AI and Ideologies: Navigating between Digital Capitalism and Illiberal theories
Organization: George Washington University
Presentation
Over the past decade, scholarship on digital authoritarianism has rapidly expanded, highlighting how governments and political actors increasingly appropriate digital technologies to surveil, discipline, and mobilize populations. While much of this work has focused on state-driven practices of control, censorship, and surveillance, the rise of artificial intelligence (AI)—and more recently, generative AI systems—has introduced us to a new terrain on which ideological struggles play out.
Beyond the familiar logics of repression and manipulation, AI is being instrumentalized by political actors, intellectual entrepreneurs, and transnational networks—ranging from high-profile figures like Elon Musk to reactionary think tanks and ideological movements such as Catholic integralists—who seek to frame, deploy, and reorient AI in line with illiberal worldviews. The accelerating convergence between AI technologies and illiberal thought traditions demands urgent scholarly attention.
Building on the special issue “Technological Illiberalism” edited by Jasmin Dall’Agnola and published in the Journal of Illiberalism Studies, this call aims to explore the relationship between AI and ideology, asking whether and how AI systems embody, amplify, or resist particular ideological orientations. This includes interrogating the biases and preferences embedded in the communities that design AI—often shaped by techno-libertarian, accelerationist, or even reactionary subcultures as well as exploring the extent to which AI may itself be mobilized as a tool for illiberal political projects.
This call for papers seeks to foster dialog across different fields of study, including science and technology studies and ideology studies. A series of workshops will be organized in Europe and the United States to encourage collective and transnational reflection. The outcomes of these discussions will be published in the Journal of Illiberalism Studies.
Research Questions
In order to stimulate a productive interdisciplinary dialog, this call seeks to engage with a set of key questions.
Sociology and ideological mapping of tech environments
? To what extent are tech elites, digital capitalism and venture entrepreneurs permeable to illiberal, authoritarian, or even fascist currents?
? How do intellectual traditions such as national or revolutionary conservatism, libertarianism or the “TESCREAL bundle” (Gebru and Torres, 2024) i.e. Transhumanism, Extropianism, Singularitarianism, Comism, Rationalism, Effective Altruism, longtermism intersect with AI development?
? How can we better understand the ideological orientations of tech communities through sociological approaches, mapping their cultural backgrounds and networks of influence, and normative assumptions?
AI systems as ideologically-embedded artifacts
? Can generative AI systems be ideologically oriented, and if so, how?
? To what degree does the “black box” problem of large language models obscure their potential ideological biases, whether liberal, conservative, or reactionary?
? How should we interpret controversies surrounding the alleged biases of AI models, such as attacks on xAI’s Grok for being insufficiently aligned with MAGA politics?

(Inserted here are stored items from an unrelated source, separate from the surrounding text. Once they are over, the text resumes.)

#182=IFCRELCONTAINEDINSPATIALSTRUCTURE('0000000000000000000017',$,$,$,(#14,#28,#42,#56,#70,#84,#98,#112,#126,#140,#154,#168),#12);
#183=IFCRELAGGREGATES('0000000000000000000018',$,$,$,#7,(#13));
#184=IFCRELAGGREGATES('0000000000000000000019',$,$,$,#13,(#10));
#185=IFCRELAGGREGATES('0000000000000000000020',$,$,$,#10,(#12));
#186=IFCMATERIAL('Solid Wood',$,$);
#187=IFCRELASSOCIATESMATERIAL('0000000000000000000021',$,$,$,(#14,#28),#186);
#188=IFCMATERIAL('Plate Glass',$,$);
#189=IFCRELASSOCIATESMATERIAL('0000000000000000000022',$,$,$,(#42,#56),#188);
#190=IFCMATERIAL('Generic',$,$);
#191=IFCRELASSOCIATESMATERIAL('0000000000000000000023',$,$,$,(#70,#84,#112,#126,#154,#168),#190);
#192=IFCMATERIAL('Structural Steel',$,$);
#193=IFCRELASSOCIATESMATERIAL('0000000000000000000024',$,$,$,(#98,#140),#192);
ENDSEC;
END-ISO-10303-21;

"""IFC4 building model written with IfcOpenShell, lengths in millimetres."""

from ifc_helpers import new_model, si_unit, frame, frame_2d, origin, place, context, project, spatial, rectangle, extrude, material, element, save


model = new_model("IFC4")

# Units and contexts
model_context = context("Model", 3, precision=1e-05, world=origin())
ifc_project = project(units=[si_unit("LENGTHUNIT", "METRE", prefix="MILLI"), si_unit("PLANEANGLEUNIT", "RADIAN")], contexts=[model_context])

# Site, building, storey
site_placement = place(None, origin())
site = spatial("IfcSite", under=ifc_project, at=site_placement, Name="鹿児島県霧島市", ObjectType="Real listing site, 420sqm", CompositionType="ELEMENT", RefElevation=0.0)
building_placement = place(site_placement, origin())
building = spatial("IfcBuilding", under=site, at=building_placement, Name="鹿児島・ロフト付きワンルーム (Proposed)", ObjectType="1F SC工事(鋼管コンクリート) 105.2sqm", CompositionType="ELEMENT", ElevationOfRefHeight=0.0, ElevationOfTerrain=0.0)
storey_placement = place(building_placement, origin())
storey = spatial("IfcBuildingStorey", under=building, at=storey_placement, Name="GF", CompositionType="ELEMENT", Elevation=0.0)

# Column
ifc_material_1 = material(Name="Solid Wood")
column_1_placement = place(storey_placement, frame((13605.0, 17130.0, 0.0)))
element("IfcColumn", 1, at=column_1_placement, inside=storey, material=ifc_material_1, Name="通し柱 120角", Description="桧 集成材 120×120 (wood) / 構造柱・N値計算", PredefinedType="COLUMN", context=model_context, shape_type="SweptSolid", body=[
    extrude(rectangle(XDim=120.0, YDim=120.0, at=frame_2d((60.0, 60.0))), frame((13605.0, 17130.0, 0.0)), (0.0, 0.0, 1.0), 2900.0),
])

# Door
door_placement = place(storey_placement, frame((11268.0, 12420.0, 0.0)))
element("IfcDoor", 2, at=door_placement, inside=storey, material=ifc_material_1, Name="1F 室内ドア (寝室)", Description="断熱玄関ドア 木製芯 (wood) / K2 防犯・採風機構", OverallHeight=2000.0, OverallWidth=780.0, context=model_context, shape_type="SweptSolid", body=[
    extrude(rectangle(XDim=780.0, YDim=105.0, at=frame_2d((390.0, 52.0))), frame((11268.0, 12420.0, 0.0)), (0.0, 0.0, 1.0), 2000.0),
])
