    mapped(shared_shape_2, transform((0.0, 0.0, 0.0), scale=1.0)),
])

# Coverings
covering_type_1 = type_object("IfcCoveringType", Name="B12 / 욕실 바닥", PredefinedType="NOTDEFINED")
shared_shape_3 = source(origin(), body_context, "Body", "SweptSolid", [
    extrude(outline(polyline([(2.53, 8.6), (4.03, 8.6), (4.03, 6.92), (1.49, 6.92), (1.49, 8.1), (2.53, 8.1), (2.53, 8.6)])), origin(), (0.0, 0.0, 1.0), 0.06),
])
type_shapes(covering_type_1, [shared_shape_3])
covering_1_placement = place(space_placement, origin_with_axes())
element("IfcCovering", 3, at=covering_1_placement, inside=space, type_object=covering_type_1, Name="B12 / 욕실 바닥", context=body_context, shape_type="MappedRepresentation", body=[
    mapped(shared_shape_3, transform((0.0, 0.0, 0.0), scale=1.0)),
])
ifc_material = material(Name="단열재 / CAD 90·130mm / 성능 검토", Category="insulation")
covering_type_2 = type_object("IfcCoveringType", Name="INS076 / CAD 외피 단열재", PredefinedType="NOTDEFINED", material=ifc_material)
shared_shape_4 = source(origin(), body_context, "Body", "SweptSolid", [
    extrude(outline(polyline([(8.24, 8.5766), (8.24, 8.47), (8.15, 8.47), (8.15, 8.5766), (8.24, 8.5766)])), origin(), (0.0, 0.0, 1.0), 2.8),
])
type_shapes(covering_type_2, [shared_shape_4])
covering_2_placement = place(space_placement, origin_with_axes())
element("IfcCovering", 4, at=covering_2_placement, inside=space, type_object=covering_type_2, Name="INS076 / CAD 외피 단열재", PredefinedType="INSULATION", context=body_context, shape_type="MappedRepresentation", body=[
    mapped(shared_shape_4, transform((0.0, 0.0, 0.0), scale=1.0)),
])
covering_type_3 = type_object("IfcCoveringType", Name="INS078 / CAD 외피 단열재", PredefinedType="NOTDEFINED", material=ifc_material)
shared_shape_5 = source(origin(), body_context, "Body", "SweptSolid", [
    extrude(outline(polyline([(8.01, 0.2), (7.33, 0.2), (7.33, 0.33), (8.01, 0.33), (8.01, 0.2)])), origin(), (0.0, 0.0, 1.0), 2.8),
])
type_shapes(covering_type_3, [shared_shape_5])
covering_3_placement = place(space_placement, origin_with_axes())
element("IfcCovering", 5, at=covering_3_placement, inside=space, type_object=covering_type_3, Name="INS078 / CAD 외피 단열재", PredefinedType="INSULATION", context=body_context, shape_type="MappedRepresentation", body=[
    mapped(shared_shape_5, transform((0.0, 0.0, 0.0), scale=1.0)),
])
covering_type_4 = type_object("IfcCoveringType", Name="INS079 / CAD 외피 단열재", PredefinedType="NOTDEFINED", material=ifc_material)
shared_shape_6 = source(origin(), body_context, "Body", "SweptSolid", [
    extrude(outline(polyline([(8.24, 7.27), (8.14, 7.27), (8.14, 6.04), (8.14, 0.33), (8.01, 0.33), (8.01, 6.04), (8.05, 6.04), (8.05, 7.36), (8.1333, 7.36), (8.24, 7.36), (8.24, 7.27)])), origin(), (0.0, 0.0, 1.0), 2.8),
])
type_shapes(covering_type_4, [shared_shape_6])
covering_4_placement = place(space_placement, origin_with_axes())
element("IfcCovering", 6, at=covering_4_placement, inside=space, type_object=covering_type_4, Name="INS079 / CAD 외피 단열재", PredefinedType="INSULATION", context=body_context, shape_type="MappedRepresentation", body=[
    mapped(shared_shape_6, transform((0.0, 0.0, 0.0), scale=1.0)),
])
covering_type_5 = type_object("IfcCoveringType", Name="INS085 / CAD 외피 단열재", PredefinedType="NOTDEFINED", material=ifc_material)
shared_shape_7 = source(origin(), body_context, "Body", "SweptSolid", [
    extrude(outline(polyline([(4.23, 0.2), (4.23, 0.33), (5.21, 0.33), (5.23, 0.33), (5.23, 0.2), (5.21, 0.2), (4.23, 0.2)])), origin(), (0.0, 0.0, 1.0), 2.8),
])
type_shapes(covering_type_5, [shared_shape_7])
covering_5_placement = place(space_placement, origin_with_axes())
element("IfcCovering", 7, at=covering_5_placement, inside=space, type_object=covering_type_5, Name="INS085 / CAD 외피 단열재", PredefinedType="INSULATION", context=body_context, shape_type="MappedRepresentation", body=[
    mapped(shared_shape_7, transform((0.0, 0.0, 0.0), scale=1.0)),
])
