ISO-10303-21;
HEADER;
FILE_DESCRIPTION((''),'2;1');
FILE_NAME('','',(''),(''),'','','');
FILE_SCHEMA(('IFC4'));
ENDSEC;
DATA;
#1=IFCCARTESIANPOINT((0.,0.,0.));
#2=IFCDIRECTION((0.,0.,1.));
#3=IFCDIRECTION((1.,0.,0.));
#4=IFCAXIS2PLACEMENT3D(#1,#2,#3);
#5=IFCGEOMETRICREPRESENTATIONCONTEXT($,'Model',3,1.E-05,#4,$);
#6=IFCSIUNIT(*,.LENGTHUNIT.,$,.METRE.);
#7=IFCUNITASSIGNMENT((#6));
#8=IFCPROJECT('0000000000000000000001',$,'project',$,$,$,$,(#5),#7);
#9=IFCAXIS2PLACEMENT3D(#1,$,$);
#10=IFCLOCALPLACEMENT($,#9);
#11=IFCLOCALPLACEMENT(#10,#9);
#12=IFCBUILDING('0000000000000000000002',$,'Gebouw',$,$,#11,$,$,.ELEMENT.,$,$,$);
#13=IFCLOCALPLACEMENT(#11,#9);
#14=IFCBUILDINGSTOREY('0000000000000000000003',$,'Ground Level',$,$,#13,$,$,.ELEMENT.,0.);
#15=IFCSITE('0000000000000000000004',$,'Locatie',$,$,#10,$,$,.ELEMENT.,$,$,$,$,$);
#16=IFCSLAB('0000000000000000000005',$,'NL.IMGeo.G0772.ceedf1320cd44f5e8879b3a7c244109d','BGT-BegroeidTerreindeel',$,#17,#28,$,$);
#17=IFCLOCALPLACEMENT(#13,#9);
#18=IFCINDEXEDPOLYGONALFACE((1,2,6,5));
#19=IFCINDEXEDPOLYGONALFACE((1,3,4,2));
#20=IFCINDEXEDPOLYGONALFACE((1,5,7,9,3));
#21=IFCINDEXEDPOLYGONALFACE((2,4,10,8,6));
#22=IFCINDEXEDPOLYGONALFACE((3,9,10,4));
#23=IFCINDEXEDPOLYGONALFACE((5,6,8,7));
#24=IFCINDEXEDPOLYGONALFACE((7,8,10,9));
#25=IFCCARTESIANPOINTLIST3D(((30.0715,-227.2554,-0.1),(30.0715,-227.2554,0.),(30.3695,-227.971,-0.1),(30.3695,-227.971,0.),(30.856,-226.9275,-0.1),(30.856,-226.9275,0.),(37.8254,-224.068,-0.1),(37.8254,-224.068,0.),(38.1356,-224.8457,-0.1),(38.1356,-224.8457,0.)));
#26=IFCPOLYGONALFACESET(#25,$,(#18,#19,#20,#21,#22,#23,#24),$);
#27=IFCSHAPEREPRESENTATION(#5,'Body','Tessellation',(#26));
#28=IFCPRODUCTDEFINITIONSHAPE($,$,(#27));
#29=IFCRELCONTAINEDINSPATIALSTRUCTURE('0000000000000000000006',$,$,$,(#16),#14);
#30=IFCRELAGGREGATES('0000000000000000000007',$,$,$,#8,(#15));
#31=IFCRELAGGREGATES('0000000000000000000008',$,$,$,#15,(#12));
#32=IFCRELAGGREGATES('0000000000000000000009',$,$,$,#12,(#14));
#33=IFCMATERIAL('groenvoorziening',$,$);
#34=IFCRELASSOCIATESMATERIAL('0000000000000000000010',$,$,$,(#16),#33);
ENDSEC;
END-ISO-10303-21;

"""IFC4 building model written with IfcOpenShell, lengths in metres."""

from ifc_helpers import new_model, si_unit, frame, origin, origin_with_axes, place, context, project, spatial, polyline, outline, extrude, material, element, save


model = new_model("IFC4")

# Units and contexts
model_context = context("Model", 3, precision=1e-05, world=origin_with_axes())
ifc_project = project(units=[si_unit("LENGTHUNIT", "METRE")], contexts=[model_context])

# Site, building, storey
site_placement = place(None, origin())
site = spatial("IfcSite", under=ifc_project, at=site_placement, Name="Locatie", CompositionType="ELEMENT")
building_placement = place(site_placement, origin())
building = spatial("IfcBuilding", under=site, at=building_placement, Name="Gebouw", CompositionType="ELEMENT")
storey_placement = place(building_placement, origin())
storey = spatial("IfcBuildingStorey", under=building, at=storey_placement, Name="Ground Level", CompositionType="ELEMENT", Elevation=0.0)

# Slab
ifc_material_1 = material(Name="groenvoorziening")
slab_1_placement = place(storey_placement, origin())
element("IfcSlab", 1, at=slab_1_placement, inside=storey, material=ifc_material_1, Name="NL.IMGeo.G0772.ceedf1320cd44f5e8879b3a7c244109d", Description="BGT-BegroeidTerreindeel", context=model_context, shape_type="SweptSolid", body=[
    extrude(outline(polyline([(37.8254, -224.068), (38.1356, -224.8457), (30.3695, -227.971), (30.0715, -227.2554), (30.856, -226.9275), (37.8254, -224.068)])), frame((0.0, 0.0, -0.1), z_axis=(0.0, 0.0, 1.0), x_axis=(1.0, 0.0, 0.0)), (0.0, 0.0, 1.0), 0.1),
])

save(model, "model.ifc")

AI in contemporary political theories
? How are AI technologies integrated into contemporary political theory, normative philosophy, and ideological projects within the New Right
? In what ways might illiberal actors envision AI as a substitute for traditional checks and balances, both formal and informal (such as the judiciary, the media, public debate) by leveraging algorithmic nudges to direct populations toward an “illiberal common good?”
? Can we identify a shift toward AI-enabled ideological engineering, whereby generative models are deployed to propagate, naturalize, or legitimize illiberal discourses?
Submission Guidelines
Paper proposals (max. 500 words, including title and short bibliography) should be submitted via email to illibstudies@gwu.edu no later than October 31, 2025. Notifications of acceptance will be communicated to authors by December 1, 2025. Proposals should clearly outline the research question, methodology, and expected contribution to the themes of the workshop. Submissions must include the author’s name, institutional affiliation, and contact information.